| WHAT THIS TASK INVOLVES |
Reproduce each line of the entries that carries "IfcMaterial".

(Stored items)
══════════════════════════════
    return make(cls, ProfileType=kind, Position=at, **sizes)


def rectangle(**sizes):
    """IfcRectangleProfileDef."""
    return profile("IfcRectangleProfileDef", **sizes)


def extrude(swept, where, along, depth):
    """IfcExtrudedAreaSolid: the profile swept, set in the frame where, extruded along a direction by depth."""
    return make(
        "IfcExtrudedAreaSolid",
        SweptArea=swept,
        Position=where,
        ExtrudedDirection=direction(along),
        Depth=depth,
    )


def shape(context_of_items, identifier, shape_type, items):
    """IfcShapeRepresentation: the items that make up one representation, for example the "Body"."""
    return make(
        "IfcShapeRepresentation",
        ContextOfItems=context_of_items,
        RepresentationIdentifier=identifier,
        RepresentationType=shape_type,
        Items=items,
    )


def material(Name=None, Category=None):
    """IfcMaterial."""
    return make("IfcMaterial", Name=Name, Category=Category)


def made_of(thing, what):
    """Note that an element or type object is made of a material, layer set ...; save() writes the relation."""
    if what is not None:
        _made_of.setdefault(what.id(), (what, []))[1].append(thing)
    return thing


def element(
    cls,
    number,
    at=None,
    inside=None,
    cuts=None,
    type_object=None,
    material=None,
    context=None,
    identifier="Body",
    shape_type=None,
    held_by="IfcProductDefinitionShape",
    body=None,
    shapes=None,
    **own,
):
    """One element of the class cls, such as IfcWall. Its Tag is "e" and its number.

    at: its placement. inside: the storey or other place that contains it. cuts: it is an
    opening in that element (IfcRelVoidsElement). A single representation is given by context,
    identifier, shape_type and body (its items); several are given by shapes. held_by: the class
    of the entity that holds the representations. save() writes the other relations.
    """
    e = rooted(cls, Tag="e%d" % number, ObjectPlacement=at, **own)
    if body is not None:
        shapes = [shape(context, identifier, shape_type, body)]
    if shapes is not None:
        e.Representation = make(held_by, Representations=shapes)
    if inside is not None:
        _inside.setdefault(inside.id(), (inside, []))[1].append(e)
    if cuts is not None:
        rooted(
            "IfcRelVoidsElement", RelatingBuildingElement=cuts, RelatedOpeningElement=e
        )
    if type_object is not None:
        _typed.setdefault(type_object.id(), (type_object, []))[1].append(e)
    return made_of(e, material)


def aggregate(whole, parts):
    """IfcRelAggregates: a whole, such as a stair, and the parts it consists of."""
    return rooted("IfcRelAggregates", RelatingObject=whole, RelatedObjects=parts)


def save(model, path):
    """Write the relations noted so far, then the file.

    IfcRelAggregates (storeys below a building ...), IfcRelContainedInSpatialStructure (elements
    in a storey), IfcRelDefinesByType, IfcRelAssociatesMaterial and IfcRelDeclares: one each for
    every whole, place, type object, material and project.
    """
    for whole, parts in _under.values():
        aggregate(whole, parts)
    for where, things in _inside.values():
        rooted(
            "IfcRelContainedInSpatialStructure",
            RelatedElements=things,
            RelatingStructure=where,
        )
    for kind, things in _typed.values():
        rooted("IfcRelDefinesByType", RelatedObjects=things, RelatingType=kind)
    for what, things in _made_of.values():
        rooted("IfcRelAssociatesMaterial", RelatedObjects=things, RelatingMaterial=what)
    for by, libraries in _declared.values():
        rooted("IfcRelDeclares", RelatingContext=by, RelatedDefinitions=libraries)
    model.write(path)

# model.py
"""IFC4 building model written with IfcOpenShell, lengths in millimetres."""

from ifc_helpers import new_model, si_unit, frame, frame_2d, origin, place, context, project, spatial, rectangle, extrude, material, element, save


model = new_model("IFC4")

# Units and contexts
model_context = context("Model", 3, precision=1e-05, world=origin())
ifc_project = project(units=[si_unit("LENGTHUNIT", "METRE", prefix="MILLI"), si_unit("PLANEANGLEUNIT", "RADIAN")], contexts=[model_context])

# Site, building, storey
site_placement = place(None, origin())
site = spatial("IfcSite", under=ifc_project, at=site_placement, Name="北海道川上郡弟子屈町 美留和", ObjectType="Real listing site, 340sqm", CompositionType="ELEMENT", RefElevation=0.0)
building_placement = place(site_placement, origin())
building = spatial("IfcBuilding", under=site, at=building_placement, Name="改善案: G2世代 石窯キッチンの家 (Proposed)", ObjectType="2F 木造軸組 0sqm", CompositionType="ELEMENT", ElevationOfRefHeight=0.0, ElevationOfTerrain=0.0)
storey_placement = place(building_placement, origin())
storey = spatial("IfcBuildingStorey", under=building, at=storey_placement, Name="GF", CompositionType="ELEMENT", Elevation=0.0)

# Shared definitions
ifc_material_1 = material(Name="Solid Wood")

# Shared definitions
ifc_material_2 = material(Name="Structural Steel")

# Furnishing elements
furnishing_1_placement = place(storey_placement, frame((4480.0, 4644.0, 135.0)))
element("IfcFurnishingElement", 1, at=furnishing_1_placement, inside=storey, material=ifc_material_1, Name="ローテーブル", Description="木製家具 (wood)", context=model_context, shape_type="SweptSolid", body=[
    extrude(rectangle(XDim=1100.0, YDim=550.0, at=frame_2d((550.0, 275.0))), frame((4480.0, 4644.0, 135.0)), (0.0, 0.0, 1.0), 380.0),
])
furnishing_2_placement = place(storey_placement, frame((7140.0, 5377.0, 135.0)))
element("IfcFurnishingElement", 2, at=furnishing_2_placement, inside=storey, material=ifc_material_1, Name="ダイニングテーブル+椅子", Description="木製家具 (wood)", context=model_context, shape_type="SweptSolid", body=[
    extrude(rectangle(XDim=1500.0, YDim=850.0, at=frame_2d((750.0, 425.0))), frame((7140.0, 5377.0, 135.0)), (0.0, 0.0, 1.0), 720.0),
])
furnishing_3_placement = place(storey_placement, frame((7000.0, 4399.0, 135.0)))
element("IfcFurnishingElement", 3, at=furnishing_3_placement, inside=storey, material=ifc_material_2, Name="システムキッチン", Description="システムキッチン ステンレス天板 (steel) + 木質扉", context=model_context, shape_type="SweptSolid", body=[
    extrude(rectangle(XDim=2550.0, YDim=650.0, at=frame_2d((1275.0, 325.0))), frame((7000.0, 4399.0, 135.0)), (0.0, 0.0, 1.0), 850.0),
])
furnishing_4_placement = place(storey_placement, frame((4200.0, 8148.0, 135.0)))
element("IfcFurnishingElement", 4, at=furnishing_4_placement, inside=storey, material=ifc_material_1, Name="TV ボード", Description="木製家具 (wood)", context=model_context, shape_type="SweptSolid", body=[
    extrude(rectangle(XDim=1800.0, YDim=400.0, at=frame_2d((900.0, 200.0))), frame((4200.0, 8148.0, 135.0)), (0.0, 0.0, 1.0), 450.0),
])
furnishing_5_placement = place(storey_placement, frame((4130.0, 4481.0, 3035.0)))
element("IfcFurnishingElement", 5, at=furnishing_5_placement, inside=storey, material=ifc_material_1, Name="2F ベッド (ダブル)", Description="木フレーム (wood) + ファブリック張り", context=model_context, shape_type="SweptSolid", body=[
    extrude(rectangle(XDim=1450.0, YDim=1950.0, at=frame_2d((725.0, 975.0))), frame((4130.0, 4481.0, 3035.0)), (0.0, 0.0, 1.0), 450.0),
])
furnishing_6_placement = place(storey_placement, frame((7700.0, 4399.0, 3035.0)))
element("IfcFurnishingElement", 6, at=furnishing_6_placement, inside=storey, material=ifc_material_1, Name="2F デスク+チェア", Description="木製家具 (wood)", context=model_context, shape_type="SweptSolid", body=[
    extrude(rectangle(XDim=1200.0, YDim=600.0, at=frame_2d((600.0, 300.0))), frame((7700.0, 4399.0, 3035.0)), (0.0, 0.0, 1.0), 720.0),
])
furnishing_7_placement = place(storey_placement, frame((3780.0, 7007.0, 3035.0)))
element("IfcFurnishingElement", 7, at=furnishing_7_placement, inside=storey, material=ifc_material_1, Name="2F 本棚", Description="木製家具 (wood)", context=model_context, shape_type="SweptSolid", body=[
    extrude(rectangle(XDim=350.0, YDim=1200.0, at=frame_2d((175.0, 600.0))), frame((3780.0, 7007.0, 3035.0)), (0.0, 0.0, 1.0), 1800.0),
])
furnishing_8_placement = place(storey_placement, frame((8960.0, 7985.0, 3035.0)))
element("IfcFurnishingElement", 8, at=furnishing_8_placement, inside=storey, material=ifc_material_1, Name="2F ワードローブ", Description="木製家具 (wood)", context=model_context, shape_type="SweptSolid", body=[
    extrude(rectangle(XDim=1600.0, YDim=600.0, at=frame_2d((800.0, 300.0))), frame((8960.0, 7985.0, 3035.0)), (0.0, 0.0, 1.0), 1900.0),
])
══════════════════════════════
| EXERCISE OUTPUT |
    """IfcMaterial."""
    return make("IfcMaterial", Name=Name, Category=Category)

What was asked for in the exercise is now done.